China’s shopping centre and street shop landlords offer rental discounts to contain retail space vacancies, supply pressure
- The vacancy rate of prime retail space in Shanghai stood at 7.6 per cent at the end of June, while Beijing recorded 8.1 per cent in the same month
- Guangzhou’s retail space vacancy rate reached 9.7 per cent in June, while southern tech hub Shenzhen posted a 4.8 per cent rate in the same period
Landlords of shopping centres and street shops in China’s major cities are now increasingly offering rental concessions to avert higher retail space vacancies amid sluggish consumer spending.
Retail spaces located in non-central business district areas will find it difficult to maintain tenants or lure new brands in the second half of this year because many companies prefer prime locations, where strong foot traffic can be guaranteed, according to property service firm JLL.
“Decentralised shopping malls do face pressure [to retain tenants],” said Neo Huang, head of retail agency leasing business for JLL East China. “Owners and managers are supposed to add some lustre to their projects via meticulous design and deco, so that their malls can become attractive to brands.”
Shanghai’s retail spending in the first six months of 2023 grew 23.5 per cent year on year to 937.8 billion yuan (US$130.6 billion), the local statistics authorities announced on Thursday.
“There are bad signs that some retail brands are looking to cut their rental costs by reducing the number of outlets or cutting the size of shops,” said You Liangzhou, who owns property agency Baonuo in Shanghai. “The bearish outlook for the commercial real estate market will force some landlords to offer discounts on rents.”
In the second half this year, Shanghai will see a fresh supply of about 500,000 square metres of prime retail space, nearly tenfold the new space of 53,000 sq metres recorded from January to June, according to CBRE.
In June, retail sales growth across the nation fell 3.1 per cent year on year.
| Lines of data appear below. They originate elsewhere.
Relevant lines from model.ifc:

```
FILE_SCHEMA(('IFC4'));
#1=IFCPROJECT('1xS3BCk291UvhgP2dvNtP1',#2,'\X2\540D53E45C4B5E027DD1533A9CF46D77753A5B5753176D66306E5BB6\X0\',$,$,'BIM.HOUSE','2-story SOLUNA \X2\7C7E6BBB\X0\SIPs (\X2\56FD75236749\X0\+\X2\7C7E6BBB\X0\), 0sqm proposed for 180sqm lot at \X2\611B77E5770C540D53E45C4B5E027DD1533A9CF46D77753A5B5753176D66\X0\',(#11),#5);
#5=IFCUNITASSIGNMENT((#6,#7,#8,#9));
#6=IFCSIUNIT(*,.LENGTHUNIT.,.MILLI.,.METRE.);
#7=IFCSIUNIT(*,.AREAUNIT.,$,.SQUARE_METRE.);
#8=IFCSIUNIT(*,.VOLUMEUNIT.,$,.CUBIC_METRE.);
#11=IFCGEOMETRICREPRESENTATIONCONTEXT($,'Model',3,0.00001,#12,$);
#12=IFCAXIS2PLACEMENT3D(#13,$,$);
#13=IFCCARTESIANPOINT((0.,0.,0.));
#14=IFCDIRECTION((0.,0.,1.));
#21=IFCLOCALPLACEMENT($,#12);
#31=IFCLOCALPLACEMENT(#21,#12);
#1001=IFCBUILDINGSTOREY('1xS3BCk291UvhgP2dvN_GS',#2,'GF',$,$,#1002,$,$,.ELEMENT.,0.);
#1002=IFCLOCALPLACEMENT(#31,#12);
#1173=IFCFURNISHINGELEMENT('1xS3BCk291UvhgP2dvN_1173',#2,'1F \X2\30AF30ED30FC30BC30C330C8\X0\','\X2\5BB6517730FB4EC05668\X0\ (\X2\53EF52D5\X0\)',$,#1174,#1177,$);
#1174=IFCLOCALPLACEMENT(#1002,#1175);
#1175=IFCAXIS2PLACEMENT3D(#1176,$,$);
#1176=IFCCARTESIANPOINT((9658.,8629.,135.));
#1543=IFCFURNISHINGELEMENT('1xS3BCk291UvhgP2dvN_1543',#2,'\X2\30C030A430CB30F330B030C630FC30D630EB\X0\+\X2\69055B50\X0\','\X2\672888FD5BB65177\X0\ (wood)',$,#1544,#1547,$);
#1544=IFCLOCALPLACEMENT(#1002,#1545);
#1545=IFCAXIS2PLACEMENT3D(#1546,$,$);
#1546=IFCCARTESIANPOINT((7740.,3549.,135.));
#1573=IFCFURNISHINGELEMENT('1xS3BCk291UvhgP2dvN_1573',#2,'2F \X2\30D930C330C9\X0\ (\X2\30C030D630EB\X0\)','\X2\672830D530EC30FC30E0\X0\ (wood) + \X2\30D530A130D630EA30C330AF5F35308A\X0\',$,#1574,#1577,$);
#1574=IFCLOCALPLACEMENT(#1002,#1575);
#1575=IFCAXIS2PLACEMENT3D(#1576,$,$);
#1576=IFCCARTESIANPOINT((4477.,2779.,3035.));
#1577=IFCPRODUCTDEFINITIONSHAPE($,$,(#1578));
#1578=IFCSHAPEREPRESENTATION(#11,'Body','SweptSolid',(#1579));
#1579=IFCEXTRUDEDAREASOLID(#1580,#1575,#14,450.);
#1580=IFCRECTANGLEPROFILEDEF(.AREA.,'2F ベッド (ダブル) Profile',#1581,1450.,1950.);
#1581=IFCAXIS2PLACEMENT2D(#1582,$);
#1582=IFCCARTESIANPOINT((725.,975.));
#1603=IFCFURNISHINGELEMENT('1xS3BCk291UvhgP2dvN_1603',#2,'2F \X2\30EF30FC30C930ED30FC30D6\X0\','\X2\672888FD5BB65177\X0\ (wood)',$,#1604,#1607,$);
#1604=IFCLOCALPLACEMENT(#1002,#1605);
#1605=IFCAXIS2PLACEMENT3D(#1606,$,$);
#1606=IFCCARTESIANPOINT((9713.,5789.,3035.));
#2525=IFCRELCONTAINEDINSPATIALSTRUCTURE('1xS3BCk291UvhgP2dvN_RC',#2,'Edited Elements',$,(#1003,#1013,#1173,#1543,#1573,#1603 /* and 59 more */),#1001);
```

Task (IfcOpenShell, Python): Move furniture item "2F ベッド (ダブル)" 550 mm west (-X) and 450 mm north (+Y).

```python
import ifcopenshell
import ifcopenshell.api.geometry
import ifcopenshell.util.placement

model = ifcopenshell.open("model.ifc")

item = model.by_guid("1xS3BCk291UvhgP2dvN_1573")
matrix = ifcopenshell.util.placement.get_local_placement(item.ObjectPlacement)
matrix[0, 3] -= 550.0
matrix[1, 3] += 450.0
ifcopenshell.api.geometry.edit_object_placement(model, product=item, matrix=matrix, is_si=False)

print(ifcopenshell.util.placement.get_local_placement(item.ObjectPlacement).round(3) + 0.0)

model.write("model_v2.ifc")
```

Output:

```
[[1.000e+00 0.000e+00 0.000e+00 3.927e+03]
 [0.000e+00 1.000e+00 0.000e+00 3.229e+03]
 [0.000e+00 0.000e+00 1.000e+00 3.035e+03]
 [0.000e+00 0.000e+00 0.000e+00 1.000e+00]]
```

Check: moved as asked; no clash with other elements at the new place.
That was down from an 18.4 per cent increase in April and 12.7 per cent in May.
Zhou Shiyu, a senior official at Shanghai Join Buy, one of the city’s biggest commercial property owners, said landlords are planning for rainy days because some underperforming brands are likely to close down their shops in the coming two or three quarters.
“Landlords are giving priority to retain existing tenants by offering rental concessions,” he said. “It is time to play defensively.”
JLL’s Huang said sportswear and sports equipment brands, skincare and perfume brands, emerging designer fashion brands, electric vehicle makers and smart home device retailers are still pursuing prime retail space, despite the slowing economy.